(Supplied entries begins)

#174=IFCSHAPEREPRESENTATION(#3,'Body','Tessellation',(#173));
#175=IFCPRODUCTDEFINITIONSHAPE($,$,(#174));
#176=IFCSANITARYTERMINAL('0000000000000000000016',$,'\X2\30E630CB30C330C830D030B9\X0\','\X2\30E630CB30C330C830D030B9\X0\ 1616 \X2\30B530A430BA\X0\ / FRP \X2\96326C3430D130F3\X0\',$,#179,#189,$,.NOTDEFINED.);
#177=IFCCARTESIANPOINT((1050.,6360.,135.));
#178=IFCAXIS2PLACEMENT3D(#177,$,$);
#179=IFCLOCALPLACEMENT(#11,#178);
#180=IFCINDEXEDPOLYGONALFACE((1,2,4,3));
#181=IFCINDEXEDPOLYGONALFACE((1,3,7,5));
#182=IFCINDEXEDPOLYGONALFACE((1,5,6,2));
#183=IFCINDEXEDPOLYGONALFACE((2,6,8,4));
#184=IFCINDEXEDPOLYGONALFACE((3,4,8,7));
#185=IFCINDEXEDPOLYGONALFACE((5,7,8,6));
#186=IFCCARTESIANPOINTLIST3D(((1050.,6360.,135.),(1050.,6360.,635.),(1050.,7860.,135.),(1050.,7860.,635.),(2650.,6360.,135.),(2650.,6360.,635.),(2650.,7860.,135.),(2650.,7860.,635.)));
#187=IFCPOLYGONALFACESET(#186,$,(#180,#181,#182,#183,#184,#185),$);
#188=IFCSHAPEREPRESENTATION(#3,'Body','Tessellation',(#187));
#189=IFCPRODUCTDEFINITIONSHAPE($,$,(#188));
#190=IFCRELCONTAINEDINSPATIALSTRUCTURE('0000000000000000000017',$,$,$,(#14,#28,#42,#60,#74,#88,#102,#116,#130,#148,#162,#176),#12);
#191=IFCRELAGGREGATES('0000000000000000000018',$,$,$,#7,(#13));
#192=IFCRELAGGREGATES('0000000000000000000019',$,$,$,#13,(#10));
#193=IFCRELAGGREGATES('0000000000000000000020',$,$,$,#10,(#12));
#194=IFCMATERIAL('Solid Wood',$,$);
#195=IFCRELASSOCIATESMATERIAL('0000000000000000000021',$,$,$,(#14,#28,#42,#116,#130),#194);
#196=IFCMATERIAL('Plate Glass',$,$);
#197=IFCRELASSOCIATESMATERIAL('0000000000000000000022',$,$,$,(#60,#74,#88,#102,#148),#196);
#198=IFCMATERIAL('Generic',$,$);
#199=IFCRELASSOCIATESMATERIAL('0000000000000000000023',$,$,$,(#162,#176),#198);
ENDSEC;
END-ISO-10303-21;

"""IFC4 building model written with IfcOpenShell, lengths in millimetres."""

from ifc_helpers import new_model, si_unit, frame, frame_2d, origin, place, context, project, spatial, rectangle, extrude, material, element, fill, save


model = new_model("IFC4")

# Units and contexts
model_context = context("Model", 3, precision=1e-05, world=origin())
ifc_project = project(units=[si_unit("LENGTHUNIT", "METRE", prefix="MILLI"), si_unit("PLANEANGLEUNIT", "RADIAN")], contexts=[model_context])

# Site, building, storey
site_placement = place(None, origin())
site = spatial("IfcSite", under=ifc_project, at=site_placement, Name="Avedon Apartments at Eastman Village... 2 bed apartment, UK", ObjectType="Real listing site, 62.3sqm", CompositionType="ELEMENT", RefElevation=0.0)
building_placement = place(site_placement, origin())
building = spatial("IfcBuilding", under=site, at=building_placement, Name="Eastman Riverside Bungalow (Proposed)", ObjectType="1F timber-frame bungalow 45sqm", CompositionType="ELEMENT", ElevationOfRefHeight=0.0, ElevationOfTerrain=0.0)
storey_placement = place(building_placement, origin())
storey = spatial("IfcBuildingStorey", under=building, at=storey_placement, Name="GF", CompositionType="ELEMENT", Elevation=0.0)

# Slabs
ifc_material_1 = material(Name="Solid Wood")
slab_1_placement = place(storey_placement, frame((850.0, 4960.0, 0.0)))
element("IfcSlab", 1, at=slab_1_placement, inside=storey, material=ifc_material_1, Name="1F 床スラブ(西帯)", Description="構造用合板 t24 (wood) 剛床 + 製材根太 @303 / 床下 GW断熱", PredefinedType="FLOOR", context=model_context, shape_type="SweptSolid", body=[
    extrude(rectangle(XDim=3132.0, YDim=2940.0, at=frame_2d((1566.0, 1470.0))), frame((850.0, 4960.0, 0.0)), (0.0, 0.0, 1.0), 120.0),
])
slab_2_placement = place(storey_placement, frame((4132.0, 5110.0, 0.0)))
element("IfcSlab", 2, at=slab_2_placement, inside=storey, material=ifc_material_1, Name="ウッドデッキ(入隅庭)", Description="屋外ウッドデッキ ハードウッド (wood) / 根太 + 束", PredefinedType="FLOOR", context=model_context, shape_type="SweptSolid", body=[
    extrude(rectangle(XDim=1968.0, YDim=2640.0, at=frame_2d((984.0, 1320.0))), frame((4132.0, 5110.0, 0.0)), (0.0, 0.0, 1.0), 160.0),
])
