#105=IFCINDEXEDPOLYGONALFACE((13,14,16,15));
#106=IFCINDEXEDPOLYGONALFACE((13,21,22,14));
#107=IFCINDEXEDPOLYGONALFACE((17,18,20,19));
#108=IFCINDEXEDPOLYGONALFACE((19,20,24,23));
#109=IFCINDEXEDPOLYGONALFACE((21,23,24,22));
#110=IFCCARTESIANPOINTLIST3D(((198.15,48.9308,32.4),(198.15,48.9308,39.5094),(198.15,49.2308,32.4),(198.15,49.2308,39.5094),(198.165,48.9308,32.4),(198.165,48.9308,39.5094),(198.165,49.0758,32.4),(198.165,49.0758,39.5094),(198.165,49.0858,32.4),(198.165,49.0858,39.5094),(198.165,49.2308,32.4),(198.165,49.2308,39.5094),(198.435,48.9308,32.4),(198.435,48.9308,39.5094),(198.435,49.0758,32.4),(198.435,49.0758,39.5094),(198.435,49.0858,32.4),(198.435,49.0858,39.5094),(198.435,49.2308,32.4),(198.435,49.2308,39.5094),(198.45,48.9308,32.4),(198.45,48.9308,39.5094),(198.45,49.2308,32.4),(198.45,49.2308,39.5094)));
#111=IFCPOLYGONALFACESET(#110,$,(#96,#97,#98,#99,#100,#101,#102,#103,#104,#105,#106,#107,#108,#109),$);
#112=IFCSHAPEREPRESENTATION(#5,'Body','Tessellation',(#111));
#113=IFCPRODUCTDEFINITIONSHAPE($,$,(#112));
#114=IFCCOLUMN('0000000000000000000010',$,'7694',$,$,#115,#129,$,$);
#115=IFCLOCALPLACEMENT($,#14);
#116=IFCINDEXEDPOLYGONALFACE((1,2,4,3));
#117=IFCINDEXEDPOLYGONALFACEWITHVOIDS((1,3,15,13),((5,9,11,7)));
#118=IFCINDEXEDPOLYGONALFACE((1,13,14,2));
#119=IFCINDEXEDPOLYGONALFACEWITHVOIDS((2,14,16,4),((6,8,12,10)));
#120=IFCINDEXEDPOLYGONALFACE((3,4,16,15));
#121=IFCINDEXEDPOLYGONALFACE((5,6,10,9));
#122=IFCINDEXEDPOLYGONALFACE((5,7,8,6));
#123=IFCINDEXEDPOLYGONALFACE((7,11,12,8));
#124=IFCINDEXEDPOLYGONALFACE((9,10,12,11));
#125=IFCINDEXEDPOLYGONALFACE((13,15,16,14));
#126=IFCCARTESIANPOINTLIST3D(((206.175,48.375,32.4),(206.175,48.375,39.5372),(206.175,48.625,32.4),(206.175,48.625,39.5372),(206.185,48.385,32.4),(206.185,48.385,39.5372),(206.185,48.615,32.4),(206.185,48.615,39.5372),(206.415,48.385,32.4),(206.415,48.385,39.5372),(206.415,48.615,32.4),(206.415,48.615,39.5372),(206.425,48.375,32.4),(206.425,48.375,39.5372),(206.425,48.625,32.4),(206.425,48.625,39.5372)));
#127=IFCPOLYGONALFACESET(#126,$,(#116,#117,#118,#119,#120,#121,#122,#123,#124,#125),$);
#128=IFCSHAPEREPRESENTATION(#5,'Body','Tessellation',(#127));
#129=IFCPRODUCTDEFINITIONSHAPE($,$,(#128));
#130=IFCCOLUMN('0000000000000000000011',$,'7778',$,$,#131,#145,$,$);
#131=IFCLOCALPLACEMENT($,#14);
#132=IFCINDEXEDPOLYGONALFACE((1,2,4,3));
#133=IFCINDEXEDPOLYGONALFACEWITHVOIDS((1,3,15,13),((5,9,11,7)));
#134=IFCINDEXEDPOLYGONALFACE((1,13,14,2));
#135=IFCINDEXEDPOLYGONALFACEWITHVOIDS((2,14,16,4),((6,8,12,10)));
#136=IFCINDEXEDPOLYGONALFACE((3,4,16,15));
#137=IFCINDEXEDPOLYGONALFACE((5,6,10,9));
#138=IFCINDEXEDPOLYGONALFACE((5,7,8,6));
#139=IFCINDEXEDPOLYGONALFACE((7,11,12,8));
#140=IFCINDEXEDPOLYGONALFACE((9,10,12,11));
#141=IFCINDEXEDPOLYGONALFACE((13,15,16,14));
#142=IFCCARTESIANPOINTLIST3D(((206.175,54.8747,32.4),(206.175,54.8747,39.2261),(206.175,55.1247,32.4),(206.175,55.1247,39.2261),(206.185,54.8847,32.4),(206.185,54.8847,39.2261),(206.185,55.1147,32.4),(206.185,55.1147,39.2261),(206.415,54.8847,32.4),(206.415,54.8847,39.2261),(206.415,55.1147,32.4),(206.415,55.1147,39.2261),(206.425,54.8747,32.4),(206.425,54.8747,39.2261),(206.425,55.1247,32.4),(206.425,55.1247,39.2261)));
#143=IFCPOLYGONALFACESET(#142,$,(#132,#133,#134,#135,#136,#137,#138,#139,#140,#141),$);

(Supplied entries ends)

* Try it *
Your task is to restate, word for word, only those lines above that fall between the line holding "#128=IFCSHAPEREPRESENTATION(#5,'Body','Tessellation',(#127));" and the line holding "#141=IFCINDEXEDPOLYGONALFACE((13,15,16,14));", inclusive.

* Problem solution *
#128=IFCSHAPEREPRESENTATION(#5,'Body','Tessellation',(#127));
#129=IFCPRODUCTDEFINITIONSHAPE($,$,(#128));
#130=IFCCOLUMN('0000000000000000000011',$,'7778',$,$,#131,#145,$,$);
#131=IFCLOCALPLACEMENT($,#14);
#132=IFCINDEXEDPOLYGONALFACE((1,2,4,3));
#133=IFCINDEXEDPOLYGONALFACEWITHVOIDS((1,3,15,13),((5,9,11,7)));
#134=IFCINDEXEDPOLYGONALFACE((1,13,14,2));
#135=IFCINDEXEDPOLYGONALFACEWITHVOIDS((2,14,16,4),((6,8,12,10)));
#136=IFCINDEXEDPOLYGONALFACE((3,4,16,15));
#137=IFCINDEXEDPOLYGONALFACE((5,6,10,9));
#138=IFCINDEXEDPOLYGONALFACE((5,7,8,6));
#139=IFCINDEXEDPOLYGONALFACE((7,11,12,8));
#140=IFCINDEXEDPOLYGONALFACE((9,10,12,11));
#141=IFCINDEXEDPOLYGONALFACE((13,15,16,14));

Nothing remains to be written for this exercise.